• 9 Tips: ‘The Best Practice Management Advice I’ve Ever Received,’ Part 1

    What’s the best practice management advice you’ve ever received? We asked members of the 2015 YO Committee and subcommittees to share the most memorable practice pearls they’ve learned. Next month, we’ll share more of their advice. Share your own in the comments!

    Staffing

    “New patients calling in or walking in will judge your practice by the way they are greeted and how their questions are handled. So, put your friendliest and most hardworking staff at the front desk and on the phones. They will be the face and the front line of your practice.”

    –Janice C. Law, MD, YO Committee

    “Value your staff members not only for their skill sets or productivity, but also for their individuality. They may have a lot to contribute, given the diversity of their backgrounds. This diversity can often empower them to help with the goals of your practice, and as an added bonus, makes it easier and nicer to head into work each day.”
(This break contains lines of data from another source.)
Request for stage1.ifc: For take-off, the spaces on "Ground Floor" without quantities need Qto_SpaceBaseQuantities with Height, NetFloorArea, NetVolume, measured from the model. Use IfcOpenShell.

First a look at what the model holds.

```python
import ifcopenshell
import ifcopenshell.util.element
import ifcopenshell.util.unit

model = ifcopenshell.open("stage1.ifc")
print(model.schema)
for unit_type in ("LENGTHUNIT", "AREAUNIT", "VOLUMEUNIT"):
    print(unit_type, ifcopenshell.util.unit.calculate_unit_scale(model, unit_type))
storey = next(s for s in model.by_type("IfcBuildingStorey") if s.Name == "Ground Floor")
spaces = [e for e in ifcopenshell.util.element.get_decomposition(storey) if e.is_a("IfcSpace")]
for e in sorted(spaces, key=lambda e: e.id()):
    print(e.id(), e.is_a(), e.Name, list(ifcopenshell.util.element.get_psets(e, qtos_only=True)), sep=" | ")
```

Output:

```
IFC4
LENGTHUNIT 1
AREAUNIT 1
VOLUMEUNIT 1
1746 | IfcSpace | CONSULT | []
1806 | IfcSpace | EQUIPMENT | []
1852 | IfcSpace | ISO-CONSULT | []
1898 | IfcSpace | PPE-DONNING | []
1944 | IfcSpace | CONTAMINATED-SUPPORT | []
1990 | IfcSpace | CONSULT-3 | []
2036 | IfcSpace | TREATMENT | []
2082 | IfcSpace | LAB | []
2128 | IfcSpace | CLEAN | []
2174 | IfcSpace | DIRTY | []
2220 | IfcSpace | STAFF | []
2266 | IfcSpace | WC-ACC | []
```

```python
import ifcopenshell
import ifcopenshell.api.pset
import ifcopenshell.geom
import ifcopenshell.util.element
import ifcopenshell.util.shape
import ifcopenshell.util.unit

model = ifcopenshell.open("stage1.ifc")
unit_scale = ifcopenshell.util.unit.calculate_unit_scale(model)
area_scale = ifcopenshell.util.unit.calculate_unit_scale(model, "AREAUNIT")
volume_scale = ifcopenshell.util.unit.calculate_unit_scale(model, "VOLUMEUNIT")
settings = ifcopenshell.geom.settings()

storey = next(s for s in model.by_type("IfcBuildingStorey") if s.Name == "Ground Floor")
spaces = [e for e in ifcopenshell.util.element.get_decomposition(storey) if e.is_a("IfcSpace")]

for e in sorted(spaces, key=lambda e: e.id()):
    if ifcopenshell.util.element.get_psets(e, qtos_only=True, should_inherit=False):
        continue
    # Geometry comes back in metres, in the element's own axes.
    shape = ifcopenshell.geom.create_shape(settings, e)
    values = {
        "Height": ifcopenshell.util.shape.get_z(shape.geometry) / unit_scale,
        "NetFloorArea": ifcopenshell.util.shape.get_footprint_area(shape.geometry) / area_scale,
        "NetVolume": ifcopenshell.util.shape.get_volume(shape.geometry) / volume_scale,
    }
    qto = ifcopenshell.api.pset.add_qto(model, product=e, name="Qto_SpaceBaseQuantities")
    ifcopenshell.api.pset.edit_qto(model, qto=qto, properties=values)
    print(e.id(), {k: round(v, 3) for k, v in values.items()})

model.write("stage1_v2.ifc")
```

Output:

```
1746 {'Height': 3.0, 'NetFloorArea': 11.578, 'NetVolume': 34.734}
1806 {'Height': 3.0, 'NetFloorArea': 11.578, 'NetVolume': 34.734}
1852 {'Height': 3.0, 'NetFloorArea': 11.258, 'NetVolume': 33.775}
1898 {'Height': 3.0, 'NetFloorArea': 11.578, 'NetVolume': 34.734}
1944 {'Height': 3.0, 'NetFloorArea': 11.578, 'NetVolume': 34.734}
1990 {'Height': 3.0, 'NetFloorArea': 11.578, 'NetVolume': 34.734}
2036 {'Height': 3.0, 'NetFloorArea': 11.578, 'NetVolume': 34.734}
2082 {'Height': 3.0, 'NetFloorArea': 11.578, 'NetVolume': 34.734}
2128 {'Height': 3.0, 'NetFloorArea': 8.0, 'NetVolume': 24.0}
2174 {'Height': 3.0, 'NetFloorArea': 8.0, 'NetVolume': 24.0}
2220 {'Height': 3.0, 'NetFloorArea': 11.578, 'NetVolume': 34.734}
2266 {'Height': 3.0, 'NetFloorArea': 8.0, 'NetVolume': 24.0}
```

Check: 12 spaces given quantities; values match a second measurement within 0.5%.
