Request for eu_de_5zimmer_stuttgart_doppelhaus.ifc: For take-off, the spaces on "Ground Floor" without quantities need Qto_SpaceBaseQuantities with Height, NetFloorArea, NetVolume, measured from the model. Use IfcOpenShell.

First a look at what the model holds.

```python
import ifcopenshell
import ifcopenshell.util.element
import ifcopenshell.util.unit

model = ifcopenshell.open("eu_de_5zimmer_stuttgart_doppelhaus.ifc")
print(model.schema)
for unit_type in ("LENGTHUNIT", "AREAUNIT", "VOLUMEUNIT"):
    print(unit_type, ifcopenshell.util.unit.calculate_unit_scale(model, unit_type))
storey = next(s for s in model.by_type("IfcBuildingStorey") if s.Name == "Ground Floor")
spaces = [e for e in ifcopenshell.util.element.get_decomposition(storey) if e.is_a("IfcSpace")]
for e in sorted(spaces, key=lambda e: e.id()):
    print(e.id(), e.is_a(), e.Name, list(ifcopenshell.util.element.get_psets(e, qtos_only=True)), sep=" | ")
```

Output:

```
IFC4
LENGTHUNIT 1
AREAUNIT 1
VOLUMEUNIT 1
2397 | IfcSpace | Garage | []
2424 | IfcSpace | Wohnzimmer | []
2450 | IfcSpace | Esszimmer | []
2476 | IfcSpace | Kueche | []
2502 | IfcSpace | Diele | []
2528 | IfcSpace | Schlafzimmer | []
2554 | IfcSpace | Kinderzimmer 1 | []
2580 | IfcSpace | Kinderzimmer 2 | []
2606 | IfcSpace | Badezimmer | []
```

```python
import ifcopenshell
import ifcopenshell.api.pset
import ifcopenshell.geom
import ifcopenshell.util.element
import ifcopenshell.util.shape
import ifcopenshell.util.unit

model = ifcopenshell.open("eu_de_5zimmer_stuttgart_doppelhaus.ifc")
unit_scale = ifcopenshell.util.unit.calculate_unit_scale(model)
area_scale = ifcopenshell.util.unit.calculate_unit_scale(model, "AREAUNIT")
volume_scale = ifcopenshell.util.unit.calculate_unit_scale(model, "VOLUMEUNIT")
settings = ifcopenshell.geom.settings()

storey = next(s for s in model.by_type("IfcBuildingStorey") if s.Name == "Ground Floor")
spaces = [e for e in ifcopenshell.util.element.get_decomposition(storey) if e.is_a("IfcSpace")]

for e in sorted(spaces, key=lambda e: e.id()):
    if ifcopenshell.util.element.get_psets(e, qtos_only=True, should_inherit=False):
        continue
    # Geometry comes back in metres, in the element's own axes.
    shape = ifcopenshell.geom.create_shape(settings, e)
    values = {
        "Height": ifcopenshell.util.shape.get_z(shape.geometry) / unit_scale,
        "NetFloorArea": ifcopenshell.util.shape.get_footprint_area(shape.geometry) / area_scale,
        "NetVolume": ifcopenshell.util.shape.get_volume(shape.geometry) / volume_scale,
    }
    qto = ifcopenshell.api.pset.add_qto(model, product=e, name="Qto_SpaceBaseQuantities")
    ifcopenshell.api.pset.edit_qto(model, qto=qto, properties=values)
    print(e.id(), {k: round(v, 3) for k, v in values.items()})

model.write("eu_de_5zimmer_stuttgart_doppelhaus_rev.ifc")
```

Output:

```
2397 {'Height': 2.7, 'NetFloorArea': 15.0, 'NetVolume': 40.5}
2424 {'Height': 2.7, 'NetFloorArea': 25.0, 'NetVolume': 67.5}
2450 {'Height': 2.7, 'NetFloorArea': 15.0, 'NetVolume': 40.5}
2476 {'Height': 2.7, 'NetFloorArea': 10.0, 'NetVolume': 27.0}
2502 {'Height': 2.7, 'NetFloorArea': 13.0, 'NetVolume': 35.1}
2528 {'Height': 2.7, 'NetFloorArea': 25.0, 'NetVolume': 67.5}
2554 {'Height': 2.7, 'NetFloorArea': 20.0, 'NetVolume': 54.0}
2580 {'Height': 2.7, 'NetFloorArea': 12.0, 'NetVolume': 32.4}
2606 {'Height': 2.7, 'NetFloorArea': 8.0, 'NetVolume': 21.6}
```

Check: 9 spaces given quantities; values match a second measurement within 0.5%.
    –Julie H. Tsai, MD, YO Committee

    “A busy clinic is only as good as the happiness of its entire staff. From the front desk to the back clinic rooms to the billing office, different employees have very different daily experiences. Make time every day to visit each area, listen for potential issues and thank everyone for their efforts. Most importantly, teach a little during or after the clinic. There is no such thing as too much clinical knowledge for your staff! An ongoing ophthalmic education will enable them to work more confidently and efficiently. So, make them as invested in the mission of the practice as the physicians, and make them proud of where they work. Few things will have as big an impact on patient care and your long-term career satisfaction.”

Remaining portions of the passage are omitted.